Is there any way to back up and restore a filesystem that doesn't upset
If I try the following set of operations:
- Check out a big SVN repository, and build the code
- Back up the SVN checkout folder
- Restore the SVN checkout to another location
Then the time to run
svnversion on the backed up and restored copy is hugely more than on the original:
$ cd original_directory $ echo 3 | sudo tee /proc/sys/vm/drop_caches $ time svnversion real 0m5.204s user 0m0.486s sys 0m0.698s $ cd backed_up_and_restored_directory $ echo 3 | sudo tee /proc/sys/vm/drop_caches $ time svnversion real 1m55.846s user 0m2.813s sys 0m5.653s
echo 3 | sudo tee /proc/sys/vm/drop_caches is to clear the Linux cache so I am measuring "from cold". A second
svnversion in either folder takes a fraction of a second.

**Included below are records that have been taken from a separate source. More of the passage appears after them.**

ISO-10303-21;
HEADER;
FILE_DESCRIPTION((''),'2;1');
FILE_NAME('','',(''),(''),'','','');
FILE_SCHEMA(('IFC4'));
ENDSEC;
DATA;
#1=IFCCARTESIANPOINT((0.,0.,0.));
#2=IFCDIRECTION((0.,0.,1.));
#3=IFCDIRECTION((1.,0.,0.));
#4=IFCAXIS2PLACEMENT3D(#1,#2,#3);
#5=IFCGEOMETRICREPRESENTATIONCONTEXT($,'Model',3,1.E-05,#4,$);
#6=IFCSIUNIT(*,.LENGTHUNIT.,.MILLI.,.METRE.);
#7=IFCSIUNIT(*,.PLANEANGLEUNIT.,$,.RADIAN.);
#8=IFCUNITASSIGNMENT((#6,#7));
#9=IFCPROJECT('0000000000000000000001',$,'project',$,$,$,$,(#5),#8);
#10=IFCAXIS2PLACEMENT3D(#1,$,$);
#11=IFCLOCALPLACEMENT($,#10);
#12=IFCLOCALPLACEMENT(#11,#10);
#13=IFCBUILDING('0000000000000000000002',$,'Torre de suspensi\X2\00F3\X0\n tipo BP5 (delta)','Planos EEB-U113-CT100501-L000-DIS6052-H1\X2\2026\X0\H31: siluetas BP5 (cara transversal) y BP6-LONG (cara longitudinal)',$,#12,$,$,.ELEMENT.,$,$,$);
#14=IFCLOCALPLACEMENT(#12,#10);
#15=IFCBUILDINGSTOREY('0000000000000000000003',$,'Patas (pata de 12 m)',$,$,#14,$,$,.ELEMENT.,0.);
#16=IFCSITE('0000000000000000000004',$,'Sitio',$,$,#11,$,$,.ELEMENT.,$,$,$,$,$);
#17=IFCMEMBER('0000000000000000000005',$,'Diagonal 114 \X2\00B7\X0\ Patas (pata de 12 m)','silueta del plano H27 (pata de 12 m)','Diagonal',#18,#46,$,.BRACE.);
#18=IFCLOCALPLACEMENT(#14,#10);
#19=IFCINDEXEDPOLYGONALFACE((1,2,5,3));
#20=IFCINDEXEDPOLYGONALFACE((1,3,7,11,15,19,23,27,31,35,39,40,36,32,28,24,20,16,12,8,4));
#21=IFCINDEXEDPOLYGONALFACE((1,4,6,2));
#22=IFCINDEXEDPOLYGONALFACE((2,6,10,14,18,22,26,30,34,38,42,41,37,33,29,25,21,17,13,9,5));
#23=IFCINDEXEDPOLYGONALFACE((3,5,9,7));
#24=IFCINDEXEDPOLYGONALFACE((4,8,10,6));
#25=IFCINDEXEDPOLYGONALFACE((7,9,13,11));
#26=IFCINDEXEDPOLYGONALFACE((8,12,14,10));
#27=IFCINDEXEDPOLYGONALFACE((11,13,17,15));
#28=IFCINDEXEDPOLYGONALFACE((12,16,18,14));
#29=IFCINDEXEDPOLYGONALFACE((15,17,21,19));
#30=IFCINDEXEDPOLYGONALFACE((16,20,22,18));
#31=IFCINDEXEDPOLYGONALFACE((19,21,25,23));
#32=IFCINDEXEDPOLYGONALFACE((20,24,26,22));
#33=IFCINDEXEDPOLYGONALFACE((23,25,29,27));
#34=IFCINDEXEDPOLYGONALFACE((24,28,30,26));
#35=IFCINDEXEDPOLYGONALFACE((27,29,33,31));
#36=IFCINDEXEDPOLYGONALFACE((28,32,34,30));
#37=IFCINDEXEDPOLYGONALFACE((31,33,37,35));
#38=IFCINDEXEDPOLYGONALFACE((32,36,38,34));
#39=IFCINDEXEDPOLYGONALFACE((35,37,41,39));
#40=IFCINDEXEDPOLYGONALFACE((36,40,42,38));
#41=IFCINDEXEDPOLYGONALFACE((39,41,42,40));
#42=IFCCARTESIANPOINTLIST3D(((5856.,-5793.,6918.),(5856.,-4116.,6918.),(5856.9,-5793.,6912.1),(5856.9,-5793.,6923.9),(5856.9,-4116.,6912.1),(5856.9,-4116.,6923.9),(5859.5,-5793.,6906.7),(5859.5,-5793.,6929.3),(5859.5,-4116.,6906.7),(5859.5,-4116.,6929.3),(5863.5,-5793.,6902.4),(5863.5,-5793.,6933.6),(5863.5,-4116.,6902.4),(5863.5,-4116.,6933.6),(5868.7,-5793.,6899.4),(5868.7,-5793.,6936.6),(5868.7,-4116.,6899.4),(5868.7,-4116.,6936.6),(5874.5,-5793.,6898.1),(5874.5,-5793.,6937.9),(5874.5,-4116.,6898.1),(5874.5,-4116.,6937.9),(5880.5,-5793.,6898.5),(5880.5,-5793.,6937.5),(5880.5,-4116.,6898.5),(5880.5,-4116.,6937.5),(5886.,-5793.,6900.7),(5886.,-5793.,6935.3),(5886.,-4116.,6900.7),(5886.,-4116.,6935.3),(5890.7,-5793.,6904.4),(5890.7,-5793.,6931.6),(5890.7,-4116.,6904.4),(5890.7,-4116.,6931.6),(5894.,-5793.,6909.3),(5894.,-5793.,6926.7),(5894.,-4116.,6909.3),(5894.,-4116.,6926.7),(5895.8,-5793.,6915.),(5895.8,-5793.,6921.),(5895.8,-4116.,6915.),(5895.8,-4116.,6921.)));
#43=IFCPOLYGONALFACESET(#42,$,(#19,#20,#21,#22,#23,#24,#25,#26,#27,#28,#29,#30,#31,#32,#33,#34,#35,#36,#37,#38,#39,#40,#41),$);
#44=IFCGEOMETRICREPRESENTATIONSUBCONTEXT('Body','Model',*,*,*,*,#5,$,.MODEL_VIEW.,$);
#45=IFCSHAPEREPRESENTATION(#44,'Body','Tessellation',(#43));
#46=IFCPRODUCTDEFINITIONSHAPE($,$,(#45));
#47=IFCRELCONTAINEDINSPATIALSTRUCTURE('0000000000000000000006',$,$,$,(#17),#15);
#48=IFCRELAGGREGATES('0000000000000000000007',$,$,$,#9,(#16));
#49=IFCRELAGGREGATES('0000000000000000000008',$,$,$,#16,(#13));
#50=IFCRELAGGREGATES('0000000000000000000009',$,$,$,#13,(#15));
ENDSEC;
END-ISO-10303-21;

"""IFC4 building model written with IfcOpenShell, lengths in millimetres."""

from ifc_helpers import new_model, si_unit, frame, origin, origin_with_axes, place, context, subcontext, project, spatial, circle, extrude, element, save


model = new_model("IFC4")

# Units and contexts
model_context = context("Model", 3, precision=1e-05, world=origin_with_axes())
body_context = subcontext(model_context, "Body", "Model", "MODEL_VIEW")
ifc_project = project(units=[si_unit("LENGTHUNIT", "METRE", prefix="MILLI"), si_unit("PLANEANGLEUNIT", "RADIAN")], contexts=[model_context])

# Site, building, storey
site_placement = place(None, origin())
site = spatial("IfcSite", under=ifc_project, at=site_placement, Name="Sitio", CompositionType="ELEMENT")
building_placement = place(site_placement, origin())
building = spatial("IfcBuilding", under=site, at=building_placement, Name="Torre de suspensión tipo BP5 (delta)", Description="Planos EEB-U113-CT100501-L000-DIS6052-H1…H31: siluetas BP5 (cara transversal) y BP6-LONG (cara longitudinal)", CompositionType="ELEMENT")
storey_placement = place(building_placement, origin())
storey = spatial("IfcBuildingStorey", under=building, at=storey_placement, Name="Patas (pata de 12 m)", CompositionType="ELEMENT", Elevation=0.0)

# Member
member_1_placement = place(storey_placement, frame((5876.0, -5793.0, 6918.0), z_axis=(0.0, 1.0, 0.0), x_axis=(-1.0, 0.0, 0.0)))
element("IfcMember", 1, at=member_1_placement, inside=storey, Name="Diagonal 114 · Patas (pata de 12 m)", Description="silueta del plano H27 (pata de 12 m)", ObjectType="Diagonal", PredefinedType="BRACE", context=body_context, shape_type="SweptSolid", body=[
    extrude(circle(Radius=20.0), None, (0.0, 0.0, 1.0), 1677.0),
])

save(model, "model.ifc")
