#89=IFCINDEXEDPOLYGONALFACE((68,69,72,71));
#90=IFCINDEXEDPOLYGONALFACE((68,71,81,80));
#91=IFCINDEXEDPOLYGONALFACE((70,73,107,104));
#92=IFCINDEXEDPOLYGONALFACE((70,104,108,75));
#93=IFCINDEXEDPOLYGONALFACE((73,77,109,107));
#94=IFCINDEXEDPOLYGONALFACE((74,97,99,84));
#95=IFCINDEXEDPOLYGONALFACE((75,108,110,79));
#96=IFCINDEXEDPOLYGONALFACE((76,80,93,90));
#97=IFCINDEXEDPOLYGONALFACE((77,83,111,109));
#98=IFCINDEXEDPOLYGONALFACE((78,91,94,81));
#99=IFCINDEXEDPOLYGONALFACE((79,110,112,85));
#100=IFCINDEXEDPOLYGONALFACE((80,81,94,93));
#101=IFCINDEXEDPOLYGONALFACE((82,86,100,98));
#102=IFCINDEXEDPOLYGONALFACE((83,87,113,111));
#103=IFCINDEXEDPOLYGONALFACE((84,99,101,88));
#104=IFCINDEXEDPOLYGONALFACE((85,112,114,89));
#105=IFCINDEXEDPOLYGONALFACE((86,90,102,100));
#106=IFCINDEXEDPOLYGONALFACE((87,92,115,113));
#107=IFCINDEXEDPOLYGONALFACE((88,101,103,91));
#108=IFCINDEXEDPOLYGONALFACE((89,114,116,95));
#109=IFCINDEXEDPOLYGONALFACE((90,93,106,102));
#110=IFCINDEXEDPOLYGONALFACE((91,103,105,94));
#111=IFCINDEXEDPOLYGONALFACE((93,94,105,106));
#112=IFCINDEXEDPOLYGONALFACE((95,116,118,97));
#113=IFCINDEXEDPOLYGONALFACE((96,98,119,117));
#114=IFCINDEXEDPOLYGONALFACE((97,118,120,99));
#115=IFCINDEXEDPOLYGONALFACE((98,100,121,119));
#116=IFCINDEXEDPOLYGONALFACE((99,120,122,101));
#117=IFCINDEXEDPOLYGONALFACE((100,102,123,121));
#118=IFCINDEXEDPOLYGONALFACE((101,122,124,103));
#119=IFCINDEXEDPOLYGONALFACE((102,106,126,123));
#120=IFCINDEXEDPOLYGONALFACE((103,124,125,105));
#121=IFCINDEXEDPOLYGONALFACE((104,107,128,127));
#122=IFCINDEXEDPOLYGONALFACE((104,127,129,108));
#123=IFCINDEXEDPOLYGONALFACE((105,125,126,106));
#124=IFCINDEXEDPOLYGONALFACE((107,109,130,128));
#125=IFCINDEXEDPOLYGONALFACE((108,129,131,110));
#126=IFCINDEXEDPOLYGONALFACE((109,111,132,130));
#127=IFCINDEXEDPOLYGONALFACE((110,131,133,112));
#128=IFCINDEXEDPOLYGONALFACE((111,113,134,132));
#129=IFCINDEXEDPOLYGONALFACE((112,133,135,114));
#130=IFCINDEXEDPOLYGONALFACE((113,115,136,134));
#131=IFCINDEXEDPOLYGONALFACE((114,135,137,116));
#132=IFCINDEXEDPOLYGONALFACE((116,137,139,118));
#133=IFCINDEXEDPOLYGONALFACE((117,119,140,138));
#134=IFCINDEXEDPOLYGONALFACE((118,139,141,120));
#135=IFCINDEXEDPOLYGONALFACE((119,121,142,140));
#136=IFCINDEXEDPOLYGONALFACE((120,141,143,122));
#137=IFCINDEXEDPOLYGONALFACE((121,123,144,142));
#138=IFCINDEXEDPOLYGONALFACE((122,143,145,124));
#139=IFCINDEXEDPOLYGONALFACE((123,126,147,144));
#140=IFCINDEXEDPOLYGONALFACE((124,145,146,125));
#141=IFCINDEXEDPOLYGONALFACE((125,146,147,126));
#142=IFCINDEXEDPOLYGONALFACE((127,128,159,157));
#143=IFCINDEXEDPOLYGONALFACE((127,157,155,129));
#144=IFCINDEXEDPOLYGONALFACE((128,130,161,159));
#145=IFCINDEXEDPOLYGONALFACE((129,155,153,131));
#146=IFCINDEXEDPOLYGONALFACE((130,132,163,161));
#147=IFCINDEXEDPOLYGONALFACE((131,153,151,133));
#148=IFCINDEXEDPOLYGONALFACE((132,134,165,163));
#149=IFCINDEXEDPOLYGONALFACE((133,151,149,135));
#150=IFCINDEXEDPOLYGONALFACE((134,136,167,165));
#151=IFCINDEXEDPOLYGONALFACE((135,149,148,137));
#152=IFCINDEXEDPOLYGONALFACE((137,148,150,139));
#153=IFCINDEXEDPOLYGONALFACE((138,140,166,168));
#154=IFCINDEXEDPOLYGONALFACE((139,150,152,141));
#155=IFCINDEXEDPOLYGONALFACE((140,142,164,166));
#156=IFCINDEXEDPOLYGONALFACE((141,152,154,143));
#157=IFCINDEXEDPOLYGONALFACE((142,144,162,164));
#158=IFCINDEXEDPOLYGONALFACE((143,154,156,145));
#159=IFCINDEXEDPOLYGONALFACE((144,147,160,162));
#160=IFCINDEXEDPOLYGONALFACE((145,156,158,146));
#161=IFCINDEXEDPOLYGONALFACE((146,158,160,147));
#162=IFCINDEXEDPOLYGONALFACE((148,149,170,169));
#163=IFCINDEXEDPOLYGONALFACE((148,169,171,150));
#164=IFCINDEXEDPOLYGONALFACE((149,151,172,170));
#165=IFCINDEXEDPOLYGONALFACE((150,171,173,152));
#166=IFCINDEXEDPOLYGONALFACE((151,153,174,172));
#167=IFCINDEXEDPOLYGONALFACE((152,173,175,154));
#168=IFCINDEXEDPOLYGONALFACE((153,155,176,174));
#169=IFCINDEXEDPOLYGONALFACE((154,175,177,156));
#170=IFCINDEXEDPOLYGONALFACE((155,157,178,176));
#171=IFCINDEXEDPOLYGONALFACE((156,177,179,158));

I am seeing the same sort of result for all the backup technologies I have tried so far (
rsync, and ext4
restore). I am also seeing similar behaviour across a variety of file systems (ext4, btrfs, gluster), and Linux distributions (Debian 8, Debian 9 and Ubuntu 16.04)
In answer to Gerard's question, a couple of example backup/restore commands:
rsync -x -aH --whole-file --delete source_directory/ destination_directory
dump 0uaf backup_file.dump . restore -rf backup_file.dump
I assume this is happening because the restored files and subdirectories are being stored on the disk in a different order, which is making
svnversion run very inefficiently on the copy.
Has anyone else experienced this, and does anyone know of a Linux backup/restore technique that will keep the files and directories "in the same order" to prevent this issue?